Avis critique rédigé par Nicolas L. le vendredi 27 mars 2009 à 1131

ILS reviennent, et ILS ne sont pas contents...

Ils ont pris une rouste mais, obstinés, ils sont revenus.
Ils, ce sont les extra-terrestres de la Guerre des Mondes ; rappelez-vous, ceux qui, montés dans leurs grandes machines mécanisées, avaient tenté de nettoyer de la surface de la Terre cette humanité si imparfaite, mais à laquelle nous tenons tant.

Forts de leur première mésaventure, où ils furent victimes du bouillon de culture microbien de notre environnement, les aliens ont travaillé leurs copies et ils sont désormais immunisés aux différents virus terrestres. Précaution supplémentaire : apparemment, ils ne quittent plus l’intérieur de leurs machines de guerre arachnéennes, ce qui est, avouons-le, bien pratique pour épargner à la production quelques onéreux effets spéciaux. Ainsi améliorés, de leur vaisseau mère situé en orbite terrestre, ils lancent des vagues d’assaut devant lesquelles les forces militaires humaines, convalescentes, semblent bien impuissantes.

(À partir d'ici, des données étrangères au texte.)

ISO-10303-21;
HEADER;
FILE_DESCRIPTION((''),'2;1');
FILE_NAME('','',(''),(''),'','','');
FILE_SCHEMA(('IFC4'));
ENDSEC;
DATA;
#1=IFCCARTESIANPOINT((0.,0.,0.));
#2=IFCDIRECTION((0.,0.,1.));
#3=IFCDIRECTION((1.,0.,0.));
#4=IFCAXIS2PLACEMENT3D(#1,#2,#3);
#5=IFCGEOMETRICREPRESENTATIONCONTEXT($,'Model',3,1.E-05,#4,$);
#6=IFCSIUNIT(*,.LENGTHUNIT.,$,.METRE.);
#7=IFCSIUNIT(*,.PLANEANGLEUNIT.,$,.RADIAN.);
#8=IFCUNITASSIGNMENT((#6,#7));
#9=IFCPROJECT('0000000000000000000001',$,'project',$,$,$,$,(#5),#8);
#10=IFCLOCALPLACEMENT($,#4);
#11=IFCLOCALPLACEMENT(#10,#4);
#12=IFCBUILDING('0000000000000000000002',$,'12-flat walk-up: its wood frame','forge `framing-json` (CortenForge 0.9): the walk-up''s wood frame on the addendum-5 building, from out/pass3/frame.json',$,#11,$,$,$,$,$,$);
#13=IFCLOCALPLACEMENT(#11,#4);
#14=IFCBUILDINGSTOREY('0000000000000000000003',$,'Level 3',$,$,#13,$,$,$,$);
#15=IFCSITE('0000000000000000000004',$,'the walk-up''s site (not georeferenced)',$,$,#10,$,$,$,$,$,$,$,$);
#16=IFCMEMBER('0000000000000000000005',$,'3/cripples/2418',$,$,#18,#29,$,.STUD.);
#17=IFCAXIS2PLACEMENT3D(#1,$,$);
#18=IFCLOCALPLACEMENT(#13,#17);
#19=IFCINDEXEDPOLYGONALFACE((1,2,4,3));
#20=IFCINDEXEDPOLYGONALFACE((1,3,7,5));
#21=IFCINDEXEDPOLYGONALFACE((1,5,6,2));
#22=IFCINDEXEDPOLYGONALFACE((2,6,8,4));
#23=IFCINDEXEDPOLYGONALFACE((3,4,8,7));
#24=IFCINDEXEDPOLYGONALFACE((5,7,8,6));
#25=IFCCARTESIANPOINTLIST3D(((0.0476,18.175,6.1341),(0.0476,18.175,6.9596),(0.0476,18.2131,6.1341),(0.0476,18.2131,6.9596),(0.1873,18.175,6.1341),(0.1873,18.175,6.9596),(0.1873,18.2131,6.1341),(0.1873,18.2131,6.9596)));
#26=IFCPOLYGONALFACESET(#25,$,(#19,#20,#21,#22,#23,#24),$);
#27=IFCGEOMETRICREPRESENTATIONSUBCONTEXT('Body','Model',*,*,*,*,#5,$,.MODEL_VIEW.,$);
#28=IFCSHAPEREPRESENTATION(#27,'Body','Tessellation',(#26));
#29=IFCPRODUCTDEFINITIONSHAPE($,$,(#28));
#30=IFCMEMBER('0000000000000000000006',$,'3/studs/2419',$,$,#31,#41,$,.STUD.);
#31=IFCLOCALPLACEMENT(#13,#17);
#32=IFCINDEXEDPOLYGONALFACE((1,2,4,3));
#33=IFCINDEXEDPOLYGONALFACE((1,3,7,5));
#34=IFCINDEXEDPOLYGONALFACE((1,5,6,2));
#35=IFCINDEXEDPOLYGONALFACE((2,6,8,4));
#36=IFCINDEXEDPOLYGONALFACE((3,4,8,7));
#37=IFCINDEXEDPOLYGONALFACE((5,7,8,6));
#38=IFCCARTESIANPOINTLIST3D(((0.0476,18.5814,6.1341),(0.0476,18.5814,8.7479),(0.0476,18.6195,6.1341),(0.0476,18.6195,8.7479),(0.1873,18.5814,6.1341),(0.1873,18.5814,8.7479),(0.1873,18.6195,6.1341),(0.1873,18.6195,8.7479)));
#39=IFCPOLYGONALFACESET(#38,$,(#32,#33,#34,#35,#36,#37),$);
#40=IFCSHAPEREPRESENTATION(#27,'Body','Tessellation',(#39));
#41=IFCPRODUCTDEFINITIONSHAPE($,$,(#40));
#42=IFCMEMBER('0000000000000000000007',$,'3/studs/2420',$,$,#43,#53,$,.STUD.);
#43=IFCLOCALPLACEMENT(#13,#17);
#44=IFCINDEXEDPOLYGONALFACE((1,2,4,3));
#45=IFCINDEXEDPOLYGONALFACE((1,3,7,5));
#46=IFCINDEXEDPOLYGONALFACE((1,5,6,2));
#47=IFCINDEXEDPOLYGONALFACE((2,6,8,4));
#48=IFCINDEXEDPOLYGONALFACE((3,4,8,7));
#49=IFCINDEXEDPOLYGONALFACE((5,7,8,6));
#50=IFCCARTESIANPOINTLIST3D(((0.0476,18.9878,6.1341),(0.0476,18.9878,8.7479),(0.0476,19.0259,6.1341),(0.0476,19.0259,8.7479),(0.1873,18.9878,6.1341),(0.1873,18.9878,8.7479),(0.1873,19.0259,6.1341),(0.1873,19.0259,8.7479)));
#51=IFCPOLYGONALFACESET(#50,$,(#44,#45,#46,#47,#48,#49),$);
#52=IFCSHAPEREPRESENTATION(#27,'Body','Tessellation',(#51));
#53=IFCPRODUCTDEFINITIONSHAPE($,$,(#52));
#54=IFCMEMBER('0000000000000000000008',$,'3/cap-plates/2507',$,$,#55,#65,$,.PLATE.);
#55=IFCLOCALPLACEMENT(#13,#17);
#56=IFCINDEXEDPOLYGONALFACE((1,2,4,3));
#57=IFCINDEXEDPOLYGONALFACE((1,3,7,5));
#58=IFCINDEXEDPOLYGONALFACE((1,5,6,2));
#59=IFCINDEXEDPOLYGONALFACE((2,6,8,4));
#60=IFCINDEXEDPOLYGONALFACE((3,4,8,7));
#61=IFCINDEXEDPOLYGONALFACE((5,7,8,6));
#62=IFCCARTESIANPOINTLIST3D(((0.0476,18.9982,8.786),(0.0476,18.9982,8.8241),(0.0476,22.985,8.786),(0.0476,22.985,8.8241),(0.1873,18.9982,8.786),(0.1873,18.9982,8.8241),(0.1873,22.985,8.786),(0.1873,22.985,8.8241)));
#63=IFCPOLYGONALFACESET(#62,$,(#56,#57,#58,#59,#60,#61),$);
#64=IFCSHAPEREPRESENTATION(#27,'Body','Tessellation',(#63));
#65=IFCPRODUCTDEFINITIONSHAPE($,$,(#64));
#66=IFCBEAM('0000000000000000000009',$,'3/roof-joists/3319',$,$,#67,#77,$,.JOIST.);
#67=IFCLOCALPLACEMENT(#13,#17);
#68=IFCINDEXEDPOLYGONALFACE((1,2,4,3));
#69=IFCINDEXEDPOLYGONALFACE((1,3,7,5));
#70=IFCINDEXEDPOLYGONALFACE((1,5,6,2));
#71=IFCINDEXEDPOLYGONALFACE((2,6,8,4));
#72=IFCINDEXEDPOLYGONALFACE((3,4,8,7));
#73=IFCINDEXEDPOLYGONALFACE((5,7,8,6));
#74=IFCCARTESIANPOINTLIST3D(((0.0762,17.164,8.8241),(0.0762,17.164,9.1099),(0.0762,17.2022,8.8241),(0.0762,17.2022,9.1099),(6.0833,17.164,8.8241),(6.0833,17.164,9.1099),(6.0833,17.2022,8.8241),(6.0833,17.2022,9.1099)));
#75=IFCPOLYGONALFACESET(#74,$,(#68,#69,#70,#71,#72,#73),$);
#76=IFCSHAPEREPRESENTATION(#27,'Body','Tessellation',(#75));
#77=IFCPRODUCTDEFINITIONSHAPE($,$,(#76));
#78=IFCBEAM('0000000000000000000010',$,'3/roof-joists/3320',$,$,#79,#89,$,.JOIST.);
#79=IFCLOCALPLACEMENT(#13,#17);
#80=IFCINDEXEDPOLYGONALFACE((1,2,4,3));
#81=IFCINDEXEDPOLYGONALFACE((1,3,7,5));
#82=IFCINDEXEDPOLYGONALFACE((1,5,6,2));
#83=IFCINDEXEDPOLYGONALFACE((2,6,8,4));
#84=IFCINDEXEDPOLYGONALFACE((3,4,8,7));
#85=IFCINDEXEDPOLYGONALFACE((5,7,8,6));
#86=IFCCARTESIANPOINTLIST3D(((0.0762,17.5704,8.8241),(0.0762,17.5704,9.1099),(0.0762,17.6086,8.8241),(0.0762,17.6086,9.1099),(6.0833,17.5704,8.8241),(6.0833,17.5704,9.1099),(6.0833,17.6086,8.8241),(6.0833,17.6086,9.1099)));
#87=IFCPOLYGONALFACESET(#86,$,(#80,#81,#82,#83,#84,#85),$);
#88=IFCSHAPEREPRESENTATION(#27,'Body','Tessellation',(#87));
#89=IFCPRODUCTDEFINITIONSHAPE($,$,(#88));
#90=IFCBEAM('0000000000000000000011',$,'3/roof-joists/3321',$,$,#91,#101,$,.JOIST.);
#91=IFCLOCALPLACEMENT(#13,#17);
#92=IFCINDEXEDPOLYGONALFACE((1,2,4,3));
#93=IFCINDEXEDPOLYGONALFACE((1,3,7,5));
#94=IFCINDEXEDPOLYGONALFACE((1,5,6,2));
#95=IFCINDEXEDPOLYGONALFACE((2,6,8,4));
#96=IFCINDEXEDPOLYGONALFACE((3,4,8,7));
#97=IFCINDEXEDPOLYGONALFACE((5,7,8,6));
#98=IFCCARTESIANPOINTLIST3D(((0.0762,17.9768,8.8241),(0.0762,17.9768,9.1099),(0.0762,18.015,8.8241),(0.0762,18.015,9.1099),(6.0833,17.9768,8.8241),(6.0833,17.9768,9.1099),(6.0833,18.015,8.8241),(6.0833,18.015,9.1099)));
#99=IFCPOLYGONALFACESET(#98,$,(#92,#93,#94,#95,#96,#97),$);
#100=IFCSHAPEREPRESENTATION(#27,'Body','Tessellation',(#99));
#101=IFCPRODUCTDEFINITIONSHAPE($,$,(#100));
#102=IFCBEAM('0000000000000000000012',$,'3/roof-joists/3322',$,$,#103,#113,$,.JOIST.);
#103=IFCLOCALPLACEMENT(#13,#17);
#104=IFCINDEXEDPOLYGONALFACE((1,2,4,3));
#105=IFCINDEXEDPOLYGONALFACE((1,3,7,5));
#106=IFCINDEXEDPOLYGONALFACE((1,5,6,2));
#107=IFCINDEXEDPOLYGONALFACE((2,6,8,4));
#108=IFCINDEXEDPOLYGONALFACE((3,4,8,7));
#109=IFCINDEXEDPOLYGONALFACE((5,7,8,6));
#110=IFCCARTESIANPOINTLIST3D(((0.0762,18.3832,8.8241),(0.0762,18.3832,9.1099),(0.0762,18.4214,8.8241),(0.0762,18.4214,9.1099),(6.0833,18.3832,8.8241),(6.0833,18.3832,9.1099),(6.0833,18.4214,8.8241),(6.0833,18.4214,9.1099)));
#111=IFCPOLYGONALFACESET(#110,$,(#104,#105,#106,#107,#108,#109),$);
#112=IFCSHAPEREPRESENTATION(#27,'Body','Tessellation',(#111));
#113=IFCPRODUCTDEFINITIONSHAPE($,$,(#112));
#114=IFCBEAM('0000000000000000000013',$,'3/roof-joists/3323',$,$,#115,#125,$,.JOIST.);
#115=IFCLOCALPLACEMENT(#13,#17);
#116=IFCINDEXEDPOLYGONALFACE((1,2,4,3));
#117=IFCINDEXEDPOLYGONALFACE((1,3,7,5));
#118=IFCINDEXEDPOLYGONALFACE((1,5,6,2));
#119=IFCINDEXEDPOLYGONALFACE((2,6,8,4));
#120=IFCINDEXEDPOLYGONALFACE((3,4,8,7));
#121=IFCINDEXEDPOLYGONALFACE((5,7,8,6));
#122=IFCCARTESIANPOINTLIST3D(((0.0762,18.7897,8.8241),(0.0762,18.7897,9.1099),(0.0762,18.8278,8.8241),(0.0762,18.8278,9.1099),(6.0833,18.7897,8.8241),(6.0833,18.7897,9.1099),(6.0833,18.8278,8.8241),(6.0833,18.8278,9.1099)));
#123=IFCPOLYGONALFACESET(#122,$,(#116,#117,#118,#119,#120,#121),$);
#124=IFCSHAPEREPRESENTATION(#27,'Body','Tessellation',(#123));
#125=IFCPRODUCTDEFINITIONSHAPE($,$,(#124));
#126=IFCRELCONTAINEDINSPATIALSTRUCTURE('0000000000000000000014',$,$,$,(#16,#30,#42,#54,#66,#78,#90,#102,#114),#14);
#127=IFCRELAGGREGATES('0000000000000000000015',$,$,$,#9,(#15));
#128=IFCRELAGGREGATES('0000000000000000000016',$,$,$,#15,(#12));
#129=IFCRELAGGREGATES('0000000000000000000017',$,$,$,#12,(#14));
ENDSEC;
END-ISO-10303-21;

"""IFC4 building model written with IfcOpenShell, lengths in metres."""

from ifc_helpers import new_model, si_unit, frame, frame_2d, origin, origin_with_axes, place, context, subcontext, project, spatial, rectangle, extrude, element, save


model = new_model("IFC4")

# Units and contexts
model_context = context("Model", 3, precision=1e-05, world=origin_with_axes())
body_context = subcontext(model_context, "Body", "Model", "MODEL_VIEW")
ifc_project = project(units=[si_unit("LENGTHUNIT", "METRE"), si_unit("PLANEANGLEUNIT", "RADIAN")], contexts=[model_context])

# Site, building, storey
site_placement = place(None, origin_with_axes())
site = spatial("IfcSite", under=ifc_project, at=site_placement, Name="the walk-up's site (not georeferenced)")
building_placement = place(site_placement, origin_with_axes())
building = spatial("IfcBuilding", under=site, at=building_placement, Name="12-flat walk-up: its wood frame", Description="forge `framing-json` (CortenForge 0.9): the walk-up's wood frame on the addendum-5 building, from out/pass3/frame.json")
storey_placement = place(building_placement, origin_with_axes())
storey = spatial("IfcBuildingStorey", under=building, at=storey_placement, Name="Level 3")

# Members
member_1_placement = place(storey_placement, frame((0.0476, 18.175, 6.1341), z_axis=(0.0, 0.0, 1.0), x_axis=(1.0, 0.0, 0.0)))
element("IfcMember", 1, at=member_1_placement, inside=storey, Name="3/cripples/2418", PredefinedType="STUD", context=body_context, shape_type="SweptSolid", body=[
    extrude(rectangle(XDim=0.1397, YDim=0.0381, at=frame_2d((0.0698, 0.0191))), origin(), (0.0, 0.0, 1.0), 0.8255),
])
for number, where, z_axis, x_axis, name in (
    (2, (0.0476, 18.5814, 6.1341), (0.0, 0.0, 1.0), (1.0, 0.0, 0.0), "3/studs/2419"),
    (3, (0.0476, 18.9878, 6.1341), (0.0, 0.0, 1.0), (1.0, 0.0, 0.0), "3/studs/2420"),
):
    element("IfcMember", number, at=place(storey_placement, frame(where, z_axis=z_axis, x_axis=x_axis)), inside=storey, Name=name, PredefinedType="STUD", context=body_context, shape_type="SweptSolid", body=[
        extrude(rectangle(XDim=0.1397, YDim=0.0381, at=frame_2d((0.0698, 0.0191))), origin(), (0.0, 0.0, 1.0), 2.6138),
    ])
member_2_placement = place(storey_placement, frame((0.0476, 18.9982, 8.786), z_axis=(0.0, 0.0, 1.0), x_axis=(1.0, 0.0, 0.0)))
element("IfcMember", 4, at=member_2_placement, inside=storey, Name="3/cap-plates/2507", PredefinedType="PLATE", context=body_context, shape_type="SweptSolid", body=[
    extrude(rectangle(XDim=0.1397, YDim=3.9868, at=frame_2d((0.0698, 1.9934))), origin(), (0.0, 0.0, 1.0), 0.0381),
])

# Beams
for number, where, z_axis, x_axis, name in (
    (5, (0.0762, 17.164, 8.8241), (0.0, 0.0, 1.0), (1.0, 0.0, 0.0), "3/roof-joists/3319"),
    (6, (0.0762, 17.5705, 8.8241), (0.0, 0.0, 1.0), (1.0, 0.0, 0.0), "3/roof-joists/3320"),
    (7, (0.0762, 17.9768, 8.8241), (0.0, 0.0, 1.0), (1.0, 0.0, 0.0), "3/roof-joists/3321"),
    (8, (0.0762, 18.3833, 8.8241), (0.0, 0.0, 1.0), (1.0, 0.0, 0.0), "3/roof-joists/3322"),
    (9, (0.0762, 18.7897, 8.8241), (0.0, 0.0, 1.0), (1.0, 0.0, 0.0), "3/roof-joists/3323"),
):
    element("IfcBeam", number, at=place(storey_placement, frame(where, z_axis=z_axis, x_axis=x_axis)), inside=storey, Name=name, PredefinedType="JOIST", context=body_context, shape_type="SweptSolid", body=[
        extrude(rectangle(XDim=6.0071, YDim=0.0381, at=frame_2d((3.0036, 0.0191))), origin(), (0.0, 0.0, 1.0), 0.2858),
    ])

save(model, "model.ifc")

Débarquées sur Terre, les machines reprennent alors l’ouvrage entamé trois ans plus tôt. De leurs lasers, elles capturent tous les humains passant à leur portée, les téléportent dans le « ventre » des vaisseaux mères pour les vider de leur sang, à la manière des vampires. Cette méthode de nutrition nous donne ainsi l’occasion de faire une petite visite de l’intérieur de ces choses, qui se révèlent être, finalement, des organismes vivants. Et là, je me suis dit : « ahhh, il n’y a donc pas d’équipage, c’est un peu comme les scarabées géants de Starship Troopers, alors !!  Bizarre, cela ne me semble pas trop coller au premier volet de cette histoire… »

L’intérieur de ces créatures bio-mécaniques (appelons-les comme cela, si vous le voulez bien) apparaît à la fois comme bien étrange et tout à fait familier. En effet, les organes de ces choses évoquent aussi bien des vieilles bâches que des hectomètres de papier-cul, le tout plongé dans de la peinture rouge. Quand au système de « pompage » des prisonniers, imaginez-vous un pauvre type recouvert soudainement (mais vraiment soudainement !) d’une sorte de pâte à crêpe à la farine de  sarrasin, puis entubé par un grosse durite à l’aspect vaguement organique. Terrible, n’est-ce pas ?

Mais les terriens, vous vous en doutez, ne vont pas se laisser faire. D’un coté, nous avons… euh… l’armée ?.. qui est parvenue à s’emparer de systèmes aliens pour en équiper des nuées de F16 en CGI. Je n’ai pas vraiment compris comment ils avaient procédé, alors, ne me demandez rien. Ces avions modifiés ont désormais la capacité de sortir de l’atmosphère terrestre pour pénétrer dans des couches supérieures dont j’ai oublié le terme (le scénariste, par contre, semblait les aimer car les protagonistes n’arrêtent pas de les évoquer… histoire, peut-être, d’ajouter au film un aspect sérieux et documenté). Equipée de ces jets boostés aux technologies extra-terrestres, l’armée décide alors de contre-attaquer et d’attaquer le vaisseau mère.

A coté de cela, on retrouve George, le héros du premier volet, toujours interprété par C. Thomas Howell (qui a réalisé aussi ce film). Lui, faisant fi du danger, recherche son fils enlevé par les aliens. Il est accompagné dans sa quête par l’inévitable « black buddy » gaffeur, un peu peureux, mais aussi comique de service et véritable ami.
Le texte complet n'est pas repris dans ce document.